▸ **TASK ITEM**:
Search the entries below for the word "IFCPRODUCTDEFINITIONSHAPE", then copy each line in which it is found.

*** Opening PROVIDED ENTRIES ***

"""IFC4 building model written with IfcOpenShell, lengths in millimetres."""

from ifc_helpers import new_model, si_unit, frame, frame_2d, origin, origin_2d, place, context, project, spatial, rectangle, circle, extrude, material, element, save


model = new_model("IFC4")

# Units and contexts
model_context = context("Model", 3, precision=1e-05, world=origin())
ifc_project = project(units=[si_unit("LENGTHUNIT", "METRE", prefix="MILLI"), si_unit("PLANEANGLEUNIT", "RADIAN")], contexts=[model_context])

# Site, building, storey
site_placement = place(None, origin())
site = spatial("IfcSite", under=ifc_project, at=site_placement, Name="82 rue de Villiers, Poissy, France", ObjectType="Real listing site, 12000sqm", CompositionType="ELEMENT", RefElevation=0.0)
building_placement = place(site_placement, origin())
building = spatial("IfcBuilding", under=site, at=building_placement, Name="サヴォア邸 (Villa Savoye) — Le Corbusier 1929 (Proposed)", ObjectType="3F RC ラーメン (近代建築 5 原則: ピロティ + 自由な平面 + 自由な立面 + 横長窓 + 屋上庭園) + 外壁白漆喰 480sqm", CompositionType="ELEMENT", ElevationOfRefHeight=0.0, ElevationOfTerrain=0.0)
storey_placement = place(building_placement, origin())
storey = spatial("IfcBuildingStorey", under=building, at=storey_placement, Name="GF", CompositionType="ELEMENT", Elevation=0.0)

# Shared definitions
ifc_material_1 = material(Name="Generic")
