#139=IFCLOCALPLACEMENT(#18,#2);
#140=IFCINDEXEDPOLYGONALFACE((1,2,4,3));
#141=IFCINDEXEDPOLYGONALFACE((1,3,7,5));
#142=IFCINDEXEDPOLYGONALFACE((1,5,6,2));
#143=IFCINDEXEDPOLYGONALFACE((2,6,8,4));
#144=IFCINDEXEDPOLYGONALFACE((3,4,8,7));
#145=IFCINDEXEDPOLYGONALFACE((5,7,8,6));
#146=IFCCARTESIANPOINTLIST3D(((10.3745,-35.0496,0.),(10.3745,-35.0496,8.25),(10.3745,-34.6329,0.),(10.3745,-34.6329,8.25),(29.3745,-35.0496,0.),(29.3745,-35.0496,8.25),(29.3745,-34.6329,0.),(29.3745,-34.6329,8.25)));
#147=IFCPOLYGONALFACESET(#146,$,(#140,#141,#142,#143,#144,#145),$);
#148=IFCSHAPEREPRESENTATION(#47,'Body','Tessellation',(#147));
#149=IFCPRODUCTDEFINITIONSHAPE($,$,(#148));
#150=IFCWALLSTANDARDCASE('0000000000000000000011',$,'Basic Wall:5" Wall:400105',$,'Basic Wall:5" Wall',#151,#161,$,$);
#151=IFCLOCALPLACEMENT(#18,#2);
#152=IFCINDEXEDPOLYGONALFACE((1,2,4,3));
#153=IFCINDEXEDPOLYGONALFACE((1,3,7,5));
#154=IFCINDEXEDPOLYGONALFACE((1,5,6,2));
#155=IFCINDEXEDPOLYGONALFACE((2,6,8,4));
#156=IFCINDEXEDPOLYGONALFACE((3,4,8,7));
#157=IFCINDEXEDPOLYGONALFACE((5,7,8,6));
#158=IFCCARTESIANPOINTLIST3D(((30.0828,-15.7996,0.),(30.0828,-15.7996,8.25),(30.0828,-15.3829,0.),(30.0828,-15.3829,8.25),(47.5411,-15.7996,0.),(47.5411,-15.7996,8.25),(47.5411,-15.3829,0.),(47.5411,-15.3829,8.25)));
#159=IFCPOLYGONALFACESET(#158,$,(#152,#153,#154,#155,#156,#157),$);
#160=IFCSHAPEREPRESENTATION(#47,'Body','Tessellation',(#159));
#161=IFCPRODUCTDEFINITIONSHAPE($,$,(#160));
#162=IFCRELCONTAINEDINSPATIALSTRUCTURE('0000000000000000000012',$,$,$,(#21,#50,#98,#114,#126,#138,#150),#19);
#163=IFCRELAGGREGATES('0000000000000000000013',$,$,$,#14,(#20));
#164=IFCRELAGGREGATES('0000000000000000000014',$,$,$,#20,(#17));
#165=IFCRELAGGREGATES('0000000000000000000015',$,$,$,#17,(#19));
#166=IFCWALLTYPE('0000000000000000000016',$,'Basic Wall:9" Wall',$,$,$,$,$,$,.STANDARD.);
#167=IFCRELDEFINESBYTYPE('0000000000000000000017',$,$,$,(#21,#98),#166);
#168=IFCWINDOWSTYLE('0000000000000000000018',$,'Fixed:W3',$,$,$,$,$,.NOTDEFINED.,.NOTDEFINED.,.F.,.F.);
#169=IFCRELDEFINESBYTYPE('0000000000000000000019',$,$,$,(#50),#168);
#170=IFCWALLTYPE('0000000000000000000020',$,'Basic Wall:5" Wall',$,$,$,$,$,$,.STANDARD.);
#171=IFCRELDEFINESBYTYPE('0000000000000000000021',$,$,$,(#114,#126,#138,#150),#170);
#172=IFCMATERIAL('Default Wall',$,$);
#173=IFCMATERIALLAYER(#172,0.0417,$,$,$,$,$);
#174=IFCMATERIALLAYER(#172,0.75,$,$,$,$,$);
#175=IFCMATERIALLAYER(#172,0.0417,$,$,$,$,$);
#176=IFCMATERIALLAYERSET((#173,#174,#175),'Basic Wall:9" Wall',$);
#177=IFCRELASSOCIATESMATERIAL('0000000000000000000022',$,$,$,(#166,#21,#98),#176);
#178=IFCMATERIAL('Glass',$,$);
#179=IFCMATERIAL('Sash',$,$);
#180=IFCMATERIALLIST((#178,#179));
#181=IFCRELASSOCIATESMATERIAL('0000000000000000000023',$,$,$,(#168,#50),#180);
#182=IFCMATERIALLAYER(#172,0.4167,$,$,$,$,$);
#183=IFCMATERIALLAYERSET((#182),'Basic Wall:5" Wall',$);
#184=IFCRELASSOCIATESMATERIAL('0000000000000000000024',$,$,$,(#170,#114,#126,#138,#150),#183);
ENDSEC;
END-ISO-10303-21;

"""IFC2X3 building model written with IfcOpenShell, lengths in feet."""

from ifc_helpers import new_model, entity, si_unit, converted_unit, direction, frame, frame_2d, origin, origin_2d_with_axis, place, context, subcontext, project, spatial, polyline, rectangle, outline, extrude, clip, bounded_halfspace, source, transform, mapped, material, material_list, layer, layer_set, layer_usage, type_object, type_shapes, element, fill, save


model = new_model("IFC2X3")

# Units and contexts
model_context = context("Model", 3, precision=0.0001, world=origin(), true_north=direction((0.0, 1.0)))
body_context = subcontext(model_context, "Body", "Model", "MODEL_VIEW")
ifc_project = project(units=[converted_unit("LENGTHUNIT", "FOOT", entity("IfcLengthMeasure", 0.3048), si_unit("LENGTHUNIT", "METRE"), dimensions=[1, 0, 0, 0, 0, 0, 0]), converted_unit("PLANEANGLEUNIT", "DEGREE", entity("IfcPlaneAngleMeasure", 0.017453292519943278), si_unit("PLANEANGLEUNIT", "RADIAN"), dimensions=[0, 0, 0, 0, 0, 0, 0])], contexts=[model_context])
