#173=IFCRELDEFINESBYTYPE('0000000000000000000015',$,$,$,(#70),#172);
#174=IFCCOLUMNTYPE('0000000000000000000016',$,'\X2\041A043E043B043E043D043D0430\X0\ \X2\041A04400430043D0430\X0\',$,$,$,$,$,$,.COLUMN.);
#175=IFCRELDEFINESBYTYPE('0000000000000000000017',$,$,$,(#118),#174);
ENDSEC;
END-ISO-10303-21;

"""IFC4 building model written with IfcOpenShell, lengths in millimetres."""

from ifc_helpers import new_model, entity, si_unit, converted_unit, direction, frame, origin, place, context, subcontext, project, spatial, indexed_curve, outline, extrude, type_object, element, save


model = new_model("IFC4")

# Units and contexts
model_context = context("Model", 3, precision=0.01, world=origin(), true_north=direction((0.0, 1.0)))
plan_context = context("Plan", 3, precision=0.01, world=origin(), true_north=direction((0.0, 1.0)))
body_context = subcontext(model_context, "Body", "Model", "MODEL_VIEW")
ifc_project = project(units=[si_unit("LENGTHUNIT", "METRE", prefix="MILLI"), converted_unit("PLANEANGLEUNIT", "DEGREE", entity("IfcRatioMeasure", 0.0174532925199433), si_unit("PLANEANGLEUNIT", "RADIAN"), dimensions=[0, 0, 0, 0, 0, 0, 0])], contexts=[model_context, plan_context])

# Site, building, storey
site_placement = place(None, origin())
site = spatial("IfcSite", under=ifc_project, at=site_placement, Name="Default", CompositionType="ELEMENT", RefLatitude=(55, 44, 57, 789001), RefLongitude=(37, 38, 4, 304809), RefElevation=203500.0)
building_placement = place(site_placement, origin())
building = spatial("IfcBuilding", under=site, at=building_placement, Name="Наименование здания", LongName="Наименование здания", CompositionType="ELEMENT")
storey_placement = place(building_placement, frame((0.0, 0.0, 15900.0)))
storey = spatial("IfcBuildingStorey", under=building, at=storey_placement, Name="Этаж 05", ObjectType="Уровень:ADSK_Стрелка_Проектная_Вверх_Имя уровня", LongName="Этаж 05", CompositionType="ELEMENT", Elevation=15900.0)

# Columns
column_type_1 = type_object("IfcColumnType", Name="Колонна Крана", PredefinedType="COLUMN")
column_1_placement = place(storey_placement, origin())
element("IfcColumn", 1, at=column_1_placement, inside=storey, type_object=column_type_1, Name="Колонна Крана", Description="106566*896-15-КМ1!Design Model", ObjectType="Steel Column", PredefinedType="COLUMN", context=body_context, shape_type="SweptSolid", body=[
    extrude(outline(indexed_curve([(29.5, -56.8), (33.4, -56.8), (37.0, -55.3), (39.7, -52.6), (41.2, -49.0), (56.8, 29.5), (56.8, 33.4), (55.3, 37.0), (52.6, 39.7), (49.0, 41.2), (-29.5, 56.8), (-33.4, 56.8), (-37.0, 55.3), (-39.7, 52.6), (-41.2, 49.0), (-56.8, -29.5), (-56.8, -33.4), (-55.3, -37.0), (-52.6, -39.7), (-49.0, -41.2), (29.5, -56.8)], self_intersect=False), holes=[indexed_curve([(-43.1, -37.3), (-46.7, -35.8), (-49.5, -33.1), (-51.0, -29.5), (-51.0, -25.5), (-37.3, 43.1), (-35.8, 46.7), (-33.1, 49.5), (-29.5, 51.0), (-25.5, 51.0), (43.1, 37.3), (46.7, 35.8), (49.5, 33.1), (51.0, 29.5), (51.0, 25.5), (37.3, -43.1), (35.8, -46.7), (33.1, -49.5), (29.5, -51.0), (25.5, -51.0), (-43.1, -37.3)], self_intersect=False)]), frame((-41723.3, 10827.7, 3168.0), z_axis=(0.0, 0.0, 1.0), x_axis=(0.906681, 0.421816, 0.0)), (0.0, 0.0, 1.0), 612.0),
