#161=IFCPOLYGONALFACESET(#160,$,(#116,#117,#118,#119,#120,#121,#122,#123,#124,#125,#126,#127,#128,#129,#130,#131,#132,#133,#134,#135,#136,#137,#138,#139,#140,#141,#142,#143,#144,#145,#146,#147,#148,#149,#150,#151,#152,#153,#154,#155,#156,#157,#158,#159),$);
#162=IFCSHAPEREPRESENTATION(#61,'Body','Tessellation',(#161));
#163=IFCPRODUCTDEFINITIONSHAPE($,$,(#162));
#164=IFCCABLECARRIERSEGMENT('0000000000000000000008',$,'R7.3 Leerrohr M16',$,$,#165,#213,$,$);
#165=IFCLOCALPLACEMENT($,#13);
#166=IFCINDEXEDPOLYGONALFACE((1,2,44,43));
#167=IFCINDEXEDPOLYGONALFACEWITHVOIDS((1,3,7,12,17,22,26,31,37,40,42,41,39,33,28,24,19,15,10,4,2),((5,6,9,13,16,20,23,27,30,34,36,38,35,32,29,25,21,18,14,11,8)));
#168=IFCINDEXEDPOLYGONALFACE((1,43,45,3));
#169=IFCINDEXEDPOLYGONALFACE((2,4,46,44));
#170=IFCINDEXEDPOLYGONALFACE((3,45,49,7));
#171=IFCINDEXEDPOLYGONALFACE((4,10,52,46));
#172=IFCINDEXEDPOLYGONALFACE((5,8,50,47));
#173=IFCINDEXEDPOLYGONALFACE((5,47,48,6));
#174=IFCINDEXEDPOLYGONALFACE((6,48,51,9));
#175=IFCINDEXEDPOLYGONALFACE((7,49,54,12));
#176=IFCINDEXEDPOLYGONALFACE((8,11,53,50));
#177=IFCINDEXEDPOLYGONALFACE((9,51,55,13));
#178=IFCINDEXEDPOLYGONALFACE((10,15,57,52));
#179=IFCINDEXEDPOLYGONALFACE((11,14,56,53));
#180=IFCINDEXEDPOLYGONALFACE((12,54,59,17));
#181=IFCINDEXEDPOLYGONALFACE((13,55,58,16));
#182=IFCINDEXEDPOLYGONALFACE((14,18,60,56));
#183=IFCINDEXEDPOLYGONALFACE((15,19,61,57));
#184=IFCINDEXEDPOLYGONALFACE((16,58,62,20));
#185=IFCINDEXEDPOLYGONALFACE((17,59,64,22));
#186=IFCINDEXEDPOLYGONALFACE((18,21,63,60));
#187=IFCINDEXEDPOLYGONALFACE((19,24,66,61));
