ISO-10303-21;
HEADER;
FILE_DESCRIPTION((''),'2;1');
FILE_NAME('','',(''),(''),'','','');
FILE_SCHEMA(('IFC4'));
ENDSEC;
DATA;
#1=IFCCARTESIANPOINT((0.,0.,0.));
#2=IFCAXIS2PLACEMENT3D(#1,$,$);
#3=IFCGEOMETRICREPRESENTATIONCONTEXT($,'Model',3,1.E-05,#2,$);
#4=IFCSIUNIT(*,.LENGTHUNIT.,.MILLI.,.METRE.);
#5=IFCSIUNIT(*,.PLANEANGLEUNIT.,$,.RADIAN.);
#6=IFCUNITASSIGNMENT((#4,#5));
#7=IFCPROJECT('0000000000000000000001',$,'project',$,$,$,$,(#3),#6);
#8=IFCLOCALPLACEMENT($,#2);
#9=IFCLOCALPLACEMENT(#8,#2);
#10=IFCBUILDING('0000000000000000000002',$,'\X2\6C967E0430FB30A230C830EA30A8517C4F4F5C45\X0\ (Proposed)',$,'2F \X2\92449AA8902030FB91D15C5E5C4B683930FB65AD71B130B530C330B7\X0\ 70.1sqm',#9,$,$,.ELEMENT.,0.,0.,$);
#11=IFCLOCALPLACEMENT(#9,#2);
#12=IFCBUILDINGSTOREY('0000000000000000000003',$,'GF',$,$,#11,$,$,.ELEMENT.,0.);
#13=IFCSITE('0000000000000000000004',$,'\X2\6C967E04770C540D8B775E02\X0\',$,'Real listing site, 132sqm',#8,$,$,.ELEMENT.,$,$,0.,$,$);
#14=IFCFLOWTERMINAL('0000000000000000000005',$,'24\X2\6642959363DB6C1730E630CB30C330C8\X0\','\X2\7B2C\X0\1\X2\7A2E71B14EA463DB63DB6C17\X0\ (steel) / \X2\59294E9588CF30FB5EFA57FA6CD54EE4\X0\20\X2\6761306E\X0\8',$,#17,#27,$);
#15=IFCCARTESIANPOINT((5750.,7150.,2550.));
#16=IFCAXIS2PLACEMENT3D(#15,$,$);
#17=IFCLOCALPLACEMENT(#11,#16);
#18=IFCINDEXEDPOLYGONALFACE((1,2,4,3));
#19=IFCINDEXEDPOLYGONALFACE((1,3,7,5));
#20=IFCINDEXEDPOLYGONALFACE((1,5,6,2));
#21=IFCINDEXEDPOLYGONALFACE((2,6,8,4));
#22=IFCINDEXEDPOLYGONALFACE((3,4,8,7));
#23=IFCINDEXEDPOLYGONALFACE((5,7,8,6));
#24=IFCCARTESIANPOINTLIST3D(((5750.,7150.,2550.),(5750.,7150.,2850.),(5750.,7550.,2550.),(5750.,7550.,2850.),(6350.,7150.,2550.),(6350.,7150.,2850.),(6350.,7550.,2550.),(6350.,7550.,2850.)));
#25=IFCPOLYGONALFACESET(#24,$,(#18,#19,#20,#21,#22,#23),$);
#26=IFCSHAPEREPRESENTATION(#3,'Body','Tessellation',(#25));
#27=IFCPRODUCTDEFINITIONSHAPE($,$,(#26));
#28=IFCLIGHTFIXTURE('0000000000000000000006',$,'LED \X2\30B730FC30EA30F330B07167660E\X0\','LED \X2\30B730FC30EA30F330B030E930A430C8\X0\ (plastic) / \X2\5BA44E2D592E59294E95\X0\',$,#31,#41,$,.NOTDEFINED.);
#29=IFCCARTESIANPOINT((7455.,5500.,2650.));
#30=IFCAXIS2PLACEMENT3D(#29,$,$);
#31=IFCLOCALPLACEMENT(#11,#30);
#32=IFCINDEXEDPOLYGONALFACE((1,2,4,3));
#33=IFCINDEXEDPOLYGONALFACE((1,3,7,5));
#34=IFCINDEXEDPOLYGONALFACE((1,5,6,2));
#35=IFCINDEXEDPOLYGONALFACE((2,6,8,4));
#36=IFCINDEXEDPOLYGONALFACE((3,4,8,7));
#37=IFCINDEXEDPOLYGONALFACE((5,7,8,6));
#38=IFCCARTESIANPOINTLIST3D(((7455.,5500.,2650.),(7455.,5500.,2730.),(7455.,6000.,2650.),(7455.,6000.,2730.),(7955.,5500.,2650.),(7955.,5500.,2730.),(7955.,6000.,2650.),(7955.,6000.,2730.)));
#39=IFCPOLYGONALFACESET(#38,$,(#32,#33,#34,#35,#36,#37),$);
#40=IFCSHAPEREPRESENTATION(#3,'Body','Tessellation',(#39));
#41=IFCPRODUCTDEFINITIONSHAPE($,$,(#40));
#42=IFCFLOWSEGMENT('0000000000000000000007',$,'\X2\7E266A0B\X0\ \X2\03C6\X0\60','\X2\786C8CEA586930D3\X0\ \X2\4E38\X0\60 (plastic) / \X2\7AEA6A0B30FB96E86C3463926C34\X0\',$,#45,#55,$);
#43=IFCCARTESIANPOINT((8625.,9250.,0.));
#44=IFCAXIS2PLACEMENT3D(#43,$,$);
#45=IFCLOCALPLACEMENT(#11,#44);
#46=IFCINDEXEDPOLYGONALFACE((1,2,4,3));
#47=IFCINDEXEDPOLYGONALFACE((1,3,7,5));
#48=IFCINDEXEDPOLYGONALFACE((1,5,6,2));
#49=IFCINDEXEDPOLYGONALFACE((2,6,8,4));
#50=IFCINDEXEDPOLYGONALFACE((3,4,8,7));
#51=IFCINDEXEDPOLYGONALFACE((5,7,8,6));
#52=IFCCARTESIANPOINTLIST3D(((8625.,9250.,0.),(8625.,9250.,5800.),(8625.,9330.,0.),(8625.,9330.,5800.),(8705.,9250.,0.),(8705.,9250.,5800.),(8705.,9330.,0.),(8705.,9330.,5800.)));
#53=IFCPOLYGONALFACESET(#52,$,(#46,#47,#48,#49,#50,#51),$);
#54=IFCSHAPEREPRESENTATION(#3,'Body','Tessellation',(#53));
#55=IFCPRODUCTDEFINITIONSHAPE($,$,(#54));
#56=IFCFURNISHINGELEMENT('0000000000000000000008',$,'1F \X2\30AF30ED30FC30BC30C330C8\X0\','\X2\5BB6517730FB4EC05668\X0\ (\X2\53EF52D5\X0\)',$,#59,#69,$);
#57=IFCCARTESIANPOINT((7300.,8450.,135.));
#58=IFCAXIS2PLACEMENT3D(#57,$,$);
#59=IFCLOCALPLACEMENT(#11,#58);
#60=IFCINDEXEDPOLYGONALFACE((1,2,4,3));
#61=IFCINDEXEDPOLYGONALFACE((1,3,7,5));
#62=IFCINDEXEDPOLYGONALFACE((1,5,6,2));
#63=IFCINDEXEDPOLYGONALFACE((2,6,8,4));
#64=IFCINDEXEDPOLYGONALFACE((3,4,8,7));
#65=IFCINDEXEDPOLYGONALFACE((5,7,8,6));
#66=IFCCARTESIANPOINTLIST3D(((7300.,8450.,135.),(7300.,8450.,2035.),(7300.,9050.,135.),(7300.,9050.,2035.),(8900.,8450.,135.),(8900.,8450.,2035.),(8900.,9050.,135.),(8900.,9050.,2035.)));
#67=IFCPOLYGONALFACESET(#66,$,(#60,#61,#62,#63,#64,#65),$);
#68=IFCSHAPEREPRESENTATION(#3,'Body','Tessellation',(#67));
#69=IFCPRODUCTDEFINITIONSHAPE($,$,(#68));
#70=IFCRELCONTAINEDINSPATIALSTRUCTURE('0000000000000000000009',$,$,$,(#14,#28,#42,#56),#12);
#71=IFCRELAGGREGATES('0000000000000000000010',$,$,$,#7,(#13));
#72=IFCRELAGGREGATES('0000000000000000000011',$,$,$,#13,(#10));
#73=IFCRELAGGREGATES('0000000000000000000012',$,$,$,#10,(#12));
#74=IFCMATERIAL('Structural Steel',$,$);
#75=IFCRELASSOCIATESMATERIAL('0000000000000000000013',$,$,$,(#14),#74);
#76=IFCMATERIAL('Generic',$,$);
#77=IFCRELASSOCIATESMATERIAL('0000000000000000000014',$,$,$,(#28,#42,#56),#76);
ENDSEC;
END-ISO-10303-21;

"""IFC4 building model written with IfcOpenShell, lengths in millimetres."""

from ifc_helpers import new_model, si_unit, frame, frame_2d, origin, place, context, project, spatial, rectangle, extrude, material, element, save


model = new_model("IFC4")

# Units and contexts
model_context = context("Model", 3, precision=1e-05, world=origin())
ifc_project = project(units=[si_unit("LENGTHUNIT", "METRE", prefix="MILLI"), si_unit("PLANEANGLEUNIT", "RADIAN")], contexts=[model_context])

# Site, building, storey
site_placement = place(None, origin())
site = spatial("IfcSite", under=ifc_project, at=site_placement, Name="沖縄県名護市", ObjectType="Real listing site, 132sqm", CompositionType="ELEMENT", RefElevation=0.0)
building_placement = place(site_placement, origin())
building = spatial("IfcBuilding", under=site, at=building_placement, Name="沖縄・アトリエ兼住居 (Proposed)", ObjectType="2F 鉄骨造・金属屋根・断熱サッシ 70.1sqm", CompositionType="ELEMENT", ElevationOfRefHeight=0.0, ElevationOfTerrain=0.0)
storey_placement = place(building_placement, origin())
storey = spatial("IfcBuildingStorey", under=building, at=storey_placement, Name="GF", CompositionType="ELEMENT", Elevation=0.0)

# Shared definitions
ifc_material_1 = material(Name="Generic")

# Flow terminal
ifc_material_2 = material(Name="Structural Steel")
flow_terminal_placement = place(storey_placement, frame((5750.0, 7150.0, 2550.0)))
element("IfcFlowTerminal", 1, at=flow_terminal_placement, inside=storey, material=ifc_material_2, Name="24時間換気ユニット", Description="第1種熱交換換気 (steel) / 天井裏・建基法令20条の8", context=model_context, shape_type="SweptSolid", body=[
    extrude(rectangle(XDim=600.0, YDim=400.0, at=frame_2d((300.0, 200.0))), frame((5750.0, 7150.0, 2550.0)), (0.0, 0.0, 1.0), 300.0),
])

# Light fixture
light_fixture_placement = place(storey_placement, frame((7455.0, 5500.0, 2650.0)))
element("IfcLightFixture", 2, at=light_fixture_placement, inside=storey, material=ifc_material_1, Name="LED シーリング照明", Description="LED シーリングライト (plastic) / 室中央天井", PredefinedType="NOTDEFINED", context=model_context, shape_type="SweptSolid", body=[
    extrude(rectangle(XDim=500.0, YDim=500.0, at=frame_2d((250.0, 250.0))), frame((7455.0, 5500.0, 2650.0)), (0.0, 0.0, 1.0), 80.0),
])

# Flow segment
flow_segment_placement = place(storey_placement, frame((8625.0, 9250.0, 0.0)))
element("IfcFlowSegment", 3, at=flow_segment_placement, inside=storey, material=ifc_material_1, Name="縦樋 φ60", Description="硬質塩ビ 丸60 (plastic) / 竪樋・雨水排水", context=model_context, shape_type="SweptSolid", body=[
    extrude(rectangle(XDim=80.0, YDim=80.0, at=frame_2d((40.0, 40.0))), frame((8625.0, 9250.0, 0.0)), (0.0, 0.0, 1.0), 5800.0),
])

# Furnishing element
furnishing_placement = place(storey_placement, frame((7300.0, 8450.0, 135.0)))
element("IfcFurnishingElement", 4, at=furnishing_placement, inside=storey, material=ifc_material_1, Name="1F クローゼット", Description="家具・什器 (可動)", context=model_context, shape_type="SweptSolid", body=[
    extrude(rectangle(XDim=1600.0, YDim=600.0, at=frame_2d((800.0, 300.0))), frame((7300.0, 8450.0, 135.0)), (0.0, 0.0, 1.0), 1900.0),
])

save(model, "model.ifc")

*** Closing PROVIDED ENTRIES ***

▸ **RESULT OF THE TASK**:
#149=IFCPRODUCTDEFINITIONSHAPE($,$,(#148));
#161=IFCPRODUCTDEFINITIONSHAPE($,$,(#160));
#163=IFCPRODUCTDEFINITIONSHAPE($,$,(#162));
#27=IFCPRODUCTDEFINITIONSHAPE($,$,(#26));
#41=IFCPRODUCTDEFINITIONSHAPE($,$,(#40));
#55=IFCPRODUCTDEFINITIONSHAPE($,$,(#54));
#69=IFCPRODUCTDEFINITIONSHAPE($,$,(#68));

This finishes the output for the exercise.